American Israeli entrepreneur and technology developer

Ami Miron (עמי מירון) is an American Israeli entrepreneur and technology developer specializing in consumer electronics, the Internet, and television. He developed and patented the first commercially successful Picture In Picture (PIP) for Philips Electronics. Miron also worked to solve the problem of ghost images on television and led the development of the first high-definition television (HDTV) system in the U.S. He received two Technology and Engineering Emmy Awards for these last two innovations.
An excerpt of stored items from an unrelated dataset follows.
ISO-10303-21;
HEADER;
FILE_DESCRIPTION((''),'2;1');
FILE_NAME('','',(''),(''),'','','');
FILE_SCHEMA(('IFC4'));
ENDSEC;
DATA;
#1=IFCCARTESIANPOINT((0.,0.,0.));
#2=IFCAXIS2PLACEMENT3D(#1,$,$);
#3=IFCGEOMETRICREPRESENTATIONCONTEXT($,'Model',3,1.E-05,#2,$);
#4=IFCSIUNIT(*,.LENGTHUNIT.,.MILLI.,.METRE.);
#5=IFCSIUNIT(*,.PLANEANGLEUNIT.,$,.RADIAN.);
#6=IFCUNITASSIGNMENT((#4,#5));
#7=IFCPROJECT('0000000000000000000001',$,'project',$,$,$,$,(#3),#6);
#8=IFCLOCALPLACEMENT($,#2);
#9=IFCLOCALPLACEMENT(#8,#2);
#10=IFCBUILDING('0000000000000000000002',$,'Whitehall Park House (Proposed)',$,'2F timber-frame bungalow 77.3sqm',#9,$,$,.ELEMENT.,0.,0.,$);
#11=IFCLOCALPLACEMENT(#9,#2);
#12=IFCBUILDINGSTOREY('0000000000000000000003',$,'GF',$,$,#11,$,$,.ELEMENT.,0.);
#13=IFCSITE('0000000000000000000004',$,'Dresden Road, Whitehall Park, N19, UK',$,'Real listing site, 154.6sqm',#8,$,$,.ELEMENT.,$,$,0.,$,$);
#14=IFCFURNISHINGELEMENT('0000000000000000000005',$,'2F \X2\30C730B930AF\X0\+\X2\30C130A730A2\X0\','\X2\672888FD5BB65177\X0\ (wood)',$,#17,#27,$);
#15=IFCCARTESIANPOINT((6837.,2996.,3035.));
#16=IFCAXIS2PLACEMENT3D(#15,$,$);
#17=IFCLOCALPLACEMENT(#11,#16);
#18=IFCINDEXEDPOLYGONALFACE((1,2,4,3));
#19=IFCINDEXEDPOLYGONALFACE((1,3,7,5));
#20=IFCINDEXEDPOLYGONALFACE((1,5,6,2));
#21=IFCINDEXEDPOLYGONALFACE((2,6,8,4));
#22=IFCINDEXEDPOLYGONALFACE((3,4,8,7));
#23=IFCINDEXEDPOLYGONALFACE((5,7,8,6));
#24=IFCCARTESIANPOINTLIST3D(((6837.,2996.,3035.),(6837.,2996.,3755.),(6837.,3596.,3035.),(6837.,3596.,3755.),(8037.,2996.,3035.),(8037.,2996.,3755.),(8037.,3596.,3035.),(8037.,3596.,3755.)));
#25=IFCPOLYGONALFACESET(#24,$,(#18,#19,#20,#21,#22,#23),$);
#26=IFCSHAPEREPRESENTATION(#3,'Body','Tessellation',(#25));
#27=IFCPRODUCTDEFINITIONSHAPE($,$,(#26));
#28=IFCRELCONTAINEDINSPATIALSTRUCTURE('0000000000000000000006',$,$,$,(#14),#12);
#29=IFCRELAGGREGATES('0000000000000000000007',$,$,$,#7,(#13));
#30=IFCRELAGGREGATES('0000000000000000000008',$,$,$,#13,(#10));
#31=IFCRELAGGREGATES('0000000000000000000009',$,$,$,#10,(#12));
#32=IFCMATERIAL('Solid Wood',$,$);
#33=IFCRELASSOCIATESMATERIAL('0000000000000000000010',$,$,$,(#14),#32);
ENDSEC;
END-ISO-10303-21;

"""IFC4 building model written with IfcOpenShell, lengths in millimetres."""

from ifc_helpers import new_model, si_unit, frame, frame_2d, origin, place, context, project, spatial, rectangle, extrude, material, element, save


model = new_model("IFC4")

# Units and contexts
model_context = context("Model", 3, precision=1e-05, world=origin())
ifc_project = project(units=[si_unit("LENGTHUNIT", "METRE", prefix="MILLI"), si_unit("PLANEANGLEUNIT", "RADIAN")], contexts=[model_context])

# Site, building, storey
site_placement = place(None, origin())
site = spatial("IfcSite", under=ifc_project, at=site_placement, Name="Dresden Road, Whitehall Park, N19, UK", ObjectType="Real listing site, 154.6sqm", CompositionType="ELEMENT", RefElevation=0.0)
building_placement = place(site_placement, origin())
building = spatial("IfcBuilding", under=site, at=building_placement, Name="Whitehall Park House (Proposed)", ObjectType="2F timber-frame bungalow 77.3sqm", CompositionType="ELEMENT", ElevationOfRefHeight=0.0, ElevationOfTerrain=0.0)
storey_placement = place(building_placement, origin())
storey = spatial("IfcBuildingStorey", under=building, at=storey_placement, Name="GF", CompositionType="ELEMENT", Elevation=0.0)

# Shared definitions
ifc_material_1 = material(Name="Solid Wood")

# Furnishing element
furnishing_1_placement = place(storey_placement, frame((6837.0, 2996.0, 3035.0)))
element("IfcFurnishingElement", 1, at=furnishing_1_placement, inside=storey, material=ifc_material_1, Name="2F デスク+チェア", Description="木製家具 (wood)", context=model_context, shape_type="SweptSolid", body=[
    extrude(rectangle(XDim=1200.0, YDim=600.0, at=frame_2d((600.0, 300.0))), frame((6837.0, 2996.0, 3035.0)), (0.0, 0.0, 1.0), 720.0),
])

save(model, "model.ifc")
== Early life and education ==
Miron was born and grew up on Kibbutz Ruhama in southern Israel. Following service in the Israel Defense Forces (IDF) during the 1973 Yom Kippur War , he earned a Bachelor of Science (BSc) in electrical engineering from the Technion, Israel Institute of Technology He went on to receive a master's degree in electrical engineering (MSEE) from the Polytechnic Institute of New York University and a professional degree in electrical engineering from Columbia University. He later completed an executive management program at Babson College.

==Career==

===Philips Electronics===
After working for Dutch electronics company Philips in the Netherlands, in 1981 Miron came to the U.S. in 1981 to work for them. Miron developed and patented the first Picture in Picture (PIP) system for Philips. He subsequently developed a system to solve the problem of ghost images on television. The FCC selected this Ghost Canceling System as the U.S. standard, which won Miron a Technology and Engineering Emmy Award. Miron won his second Technology and Engineering Emmy Award for leading the development of the first high-definition television (HDTV) system in the U.S., which the FCC then selected as the U.S. standard.
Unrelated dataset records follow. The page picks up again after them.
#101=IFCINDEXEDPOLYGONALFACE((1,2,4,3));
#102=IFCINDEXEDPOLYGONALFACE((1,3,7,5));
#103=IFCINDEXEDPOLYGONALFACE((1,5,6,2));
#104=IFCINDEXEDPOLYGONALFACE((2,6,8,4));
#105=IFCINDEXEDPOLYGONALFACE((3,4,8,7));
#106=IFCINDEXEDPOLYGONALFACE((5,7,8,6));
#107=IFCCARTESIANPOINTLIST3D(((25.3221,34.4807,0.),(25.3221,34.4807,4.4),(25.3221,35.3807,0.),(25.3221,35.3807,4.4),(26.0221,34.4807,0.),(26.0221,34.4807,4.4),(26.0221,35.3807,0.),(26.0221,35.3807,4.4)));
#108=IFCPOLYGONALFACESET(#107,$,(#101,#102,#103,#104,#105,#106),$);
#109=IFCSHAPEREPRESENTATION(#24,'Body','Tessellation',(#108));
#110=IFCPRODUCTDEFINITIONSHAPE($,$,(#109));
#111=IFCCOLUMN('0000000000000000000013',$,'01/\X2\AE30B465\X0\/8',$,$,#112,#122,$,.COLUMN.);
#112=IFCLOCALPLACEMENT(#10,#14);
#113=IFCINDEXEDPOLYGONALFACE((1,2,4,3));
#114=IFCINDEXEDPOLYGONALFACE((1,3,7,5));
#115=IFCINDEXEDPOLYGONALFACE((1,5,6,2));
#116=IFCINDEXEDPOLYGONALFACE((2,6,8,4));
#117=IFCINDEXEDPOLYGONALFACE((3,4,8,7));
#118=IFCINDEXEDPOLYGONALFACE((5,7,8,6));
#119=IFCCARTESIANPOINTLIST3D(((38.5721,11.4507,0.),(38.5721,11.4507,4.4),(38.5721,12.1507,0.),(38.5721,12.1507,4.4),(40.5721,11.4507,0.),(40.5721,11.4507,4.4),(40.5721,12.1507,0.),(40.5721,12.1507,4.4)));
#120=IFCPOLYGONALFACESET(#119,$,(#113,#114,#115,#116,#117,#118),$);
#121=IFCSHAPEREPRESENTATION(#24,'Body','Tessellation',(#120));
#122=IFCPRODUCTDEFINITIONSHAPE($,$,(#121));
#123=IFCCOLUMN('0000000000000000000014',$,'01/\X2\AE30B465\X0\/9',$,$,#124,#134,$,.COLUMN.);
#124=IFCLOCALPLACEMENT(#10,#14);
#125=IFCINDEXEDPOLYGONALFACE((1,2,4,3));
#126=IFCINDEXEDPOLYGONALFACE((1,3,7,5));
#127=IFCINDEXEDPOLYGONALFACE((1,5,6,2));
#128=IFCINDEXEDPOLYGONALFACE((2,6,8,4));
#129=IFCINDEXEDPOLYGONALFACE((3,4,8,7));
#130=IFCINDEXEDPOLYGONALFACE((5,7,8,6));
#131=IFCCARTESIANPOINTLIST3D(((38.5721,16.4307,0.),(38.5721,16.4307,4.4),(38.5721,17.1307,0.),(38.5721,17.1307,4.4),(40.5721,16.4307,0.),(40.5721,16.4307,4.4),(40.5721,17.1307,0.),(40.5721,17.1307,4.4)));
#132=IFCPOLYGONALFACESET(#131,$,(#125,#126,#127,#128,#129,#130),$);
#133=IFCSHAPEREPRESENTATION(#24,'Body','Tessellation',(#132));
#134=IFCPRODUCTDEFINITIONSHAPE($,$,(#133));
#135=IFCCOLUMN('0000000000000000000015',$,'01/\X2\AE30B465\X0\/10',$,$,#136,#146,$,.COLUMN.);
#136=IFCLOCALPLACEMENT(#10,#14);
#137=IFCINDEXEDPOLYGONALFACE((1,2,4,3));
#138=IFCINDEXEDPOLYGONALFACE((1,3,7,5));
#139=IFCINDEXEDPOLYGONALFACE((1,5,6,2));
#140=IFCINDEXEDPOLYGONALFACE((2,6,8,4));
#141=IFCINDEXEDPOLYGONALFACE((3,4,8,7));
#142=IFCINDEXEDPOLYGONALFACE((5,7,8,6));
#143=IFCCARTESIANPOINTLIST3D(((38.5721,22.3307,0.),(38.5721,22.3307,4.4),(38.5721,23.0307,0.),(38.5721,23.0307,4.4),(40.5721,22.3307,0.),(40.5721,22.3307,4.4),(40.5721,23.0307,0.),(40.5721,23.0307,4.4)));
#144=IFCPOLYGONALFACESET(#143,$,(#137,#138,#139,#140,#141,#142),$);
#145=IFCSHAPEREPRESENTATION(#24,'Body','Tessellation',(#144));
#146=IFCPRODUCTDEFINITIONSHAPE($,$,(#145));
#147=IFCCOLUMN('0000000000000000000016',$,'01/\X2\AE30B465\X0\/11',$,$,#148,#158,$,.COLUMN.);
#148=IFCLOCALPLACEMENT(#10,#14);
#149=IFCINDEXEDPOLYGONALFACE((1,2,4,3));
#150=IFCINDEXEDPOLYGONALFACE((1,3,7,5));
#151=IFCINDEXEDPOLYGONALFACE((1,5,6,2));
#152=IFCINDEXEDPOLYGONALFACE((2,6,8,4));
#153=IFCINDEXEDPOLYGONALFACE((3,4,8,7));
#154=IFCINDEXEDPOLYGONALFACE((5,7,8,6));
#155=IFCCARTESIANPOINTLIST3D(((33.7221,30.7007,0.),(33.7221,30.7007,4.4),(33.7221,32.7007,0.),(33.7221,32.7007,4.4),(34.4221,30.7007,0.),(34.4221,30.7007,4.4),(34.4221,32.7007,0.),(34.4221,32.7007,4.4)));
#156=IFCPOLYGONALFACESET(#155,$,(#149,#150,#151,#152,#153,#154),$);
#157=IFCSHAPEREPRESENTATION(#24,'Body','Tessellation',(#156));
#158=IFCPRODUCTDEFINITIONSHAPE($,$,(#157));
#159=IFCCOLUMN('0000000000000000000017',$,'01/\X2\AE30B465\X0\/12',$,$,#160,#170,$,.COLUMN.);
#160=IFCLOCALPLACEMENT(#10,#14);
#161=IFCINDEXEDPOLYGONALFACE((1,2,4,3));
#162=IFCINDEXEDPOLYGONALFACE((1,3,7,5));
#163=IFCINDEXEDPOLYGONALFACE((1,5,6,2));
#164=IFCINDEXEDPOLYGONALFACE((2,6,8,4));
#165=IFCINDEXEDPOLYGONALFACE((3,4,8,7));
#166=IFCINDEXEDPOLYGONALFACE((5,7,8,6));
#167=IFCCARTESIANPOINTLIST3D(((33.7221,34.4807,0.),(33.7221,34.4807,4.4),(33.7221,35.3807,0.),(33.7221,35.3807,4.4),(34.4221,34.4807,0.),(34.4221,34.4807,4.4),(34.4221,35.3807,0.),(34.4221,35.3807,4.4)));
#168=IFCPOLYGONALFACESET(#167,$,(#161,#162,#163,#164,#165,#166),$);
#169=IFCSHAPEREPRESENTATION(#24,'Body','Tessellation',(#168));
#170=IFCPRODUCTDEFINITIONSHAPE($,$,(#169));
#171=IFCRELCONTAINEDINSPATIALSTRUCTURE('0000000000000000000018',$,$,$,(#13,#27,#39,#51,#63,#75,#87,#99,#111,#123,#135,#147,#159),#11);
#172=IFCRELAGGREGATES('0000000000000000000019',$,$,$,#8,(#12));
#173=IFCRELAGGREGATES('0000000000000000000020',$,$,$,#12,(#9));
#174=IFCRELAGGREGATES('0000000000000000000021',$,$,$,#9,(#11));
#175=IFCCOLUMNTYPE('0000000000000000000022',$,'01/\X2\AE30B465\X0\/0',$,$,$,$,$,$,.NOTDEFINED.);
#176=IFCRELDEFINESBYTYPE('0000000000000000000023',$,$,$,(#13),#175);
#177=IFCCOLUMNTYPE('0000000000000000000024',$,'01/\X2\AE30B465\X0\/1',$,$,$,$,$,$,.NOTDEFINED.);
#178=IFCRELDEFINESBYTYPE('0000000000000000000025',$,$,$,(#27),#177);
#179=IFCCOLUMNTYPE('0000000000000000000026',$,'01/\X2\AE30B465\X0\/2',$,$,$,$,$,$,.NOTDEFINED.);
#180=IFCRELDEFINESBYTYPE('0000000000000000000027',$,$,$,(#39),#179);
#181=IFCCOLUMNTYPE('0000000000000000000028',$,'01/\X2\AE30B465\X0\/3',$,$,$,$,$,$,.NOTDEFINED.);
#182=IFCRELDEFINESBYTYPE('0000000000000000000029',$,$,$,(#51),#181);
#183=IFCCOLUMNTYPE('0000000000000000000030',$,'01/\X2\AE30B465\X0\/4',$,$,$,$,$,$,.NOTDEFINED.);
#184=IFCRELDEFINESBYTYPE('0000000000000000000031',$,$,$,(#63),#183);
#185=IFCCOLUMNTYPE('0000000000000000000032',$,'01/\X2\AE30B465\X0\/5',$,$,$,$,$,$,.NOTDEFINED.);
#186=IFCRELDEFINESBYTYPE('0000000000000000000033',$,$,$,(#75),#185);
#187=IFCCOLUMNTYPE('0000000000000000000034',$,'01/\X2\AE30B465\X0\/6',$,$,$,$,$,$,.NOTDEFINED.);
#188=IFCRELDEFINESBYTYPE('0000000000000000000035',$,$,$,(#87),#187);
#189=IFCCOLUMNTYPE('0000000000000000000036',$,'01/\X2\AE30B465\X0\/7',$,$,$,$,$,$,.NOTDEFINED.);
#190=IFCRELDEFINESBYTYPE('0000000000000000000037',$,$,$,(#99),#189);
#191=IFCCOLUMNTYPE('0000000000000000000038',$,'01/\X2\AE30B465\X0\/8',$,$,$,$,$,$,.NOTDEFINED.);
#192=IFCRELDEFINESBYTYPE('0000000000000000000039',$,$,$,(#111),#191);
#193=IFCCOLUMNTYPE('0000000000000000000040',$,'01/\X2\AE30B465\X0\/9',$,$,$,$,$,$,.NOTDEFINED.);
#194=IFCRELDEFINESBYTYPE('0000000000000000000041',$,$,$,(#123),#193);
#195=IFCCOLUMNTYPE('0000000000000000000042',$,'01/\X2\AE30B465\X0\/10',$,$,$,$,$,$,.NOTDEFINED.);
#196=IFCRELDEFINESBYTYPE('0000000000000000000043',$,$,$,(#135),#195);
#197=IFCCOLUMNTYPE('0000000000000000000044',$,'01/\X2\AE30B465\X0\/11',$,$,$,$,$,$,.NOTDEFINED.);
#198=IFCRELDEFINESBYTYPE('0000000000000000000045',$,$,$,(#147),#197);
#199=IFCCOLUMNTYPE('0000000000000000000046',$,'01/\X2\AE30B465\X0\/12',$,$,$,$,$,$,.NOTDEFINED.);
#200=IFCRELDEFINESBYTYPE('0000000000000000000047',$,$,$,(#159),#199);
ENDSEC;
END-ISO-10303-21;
===General Instrument Corporation===
In 1993, Miron joined Horsham, Pennsylvania-based General Instrument Corporation (later part of Motorola and now Google) as vice president to lead advanced technology and new products for the cable television, consumer and telecommunication markets.

===MoreCom===
In 1997, Miron left General Instrument to found MoreCom Inc., a software networking company based in Horsham that provided digital entertainment and Internet content to televisions. In 2000, Liberate Technologies acquired the privately held firm in an all-stock deal.

==Current ventures==
Miron is the founder and president of Philadelphia-based AM Partners, which works with entrepreneurs, start-ups, venture capital, and universities. He serves on the board of Ben Franklin Technology Partners and on the advisory board of Emerald Stage2 Ventures. Miron also serves as a senior advisor at the Wharton Small Business Development Center and an advisor to the Columbia University Entrepreneurship program.

==Personal life==
Miron resides in Dresher, Pennsylvania and is the father to four children.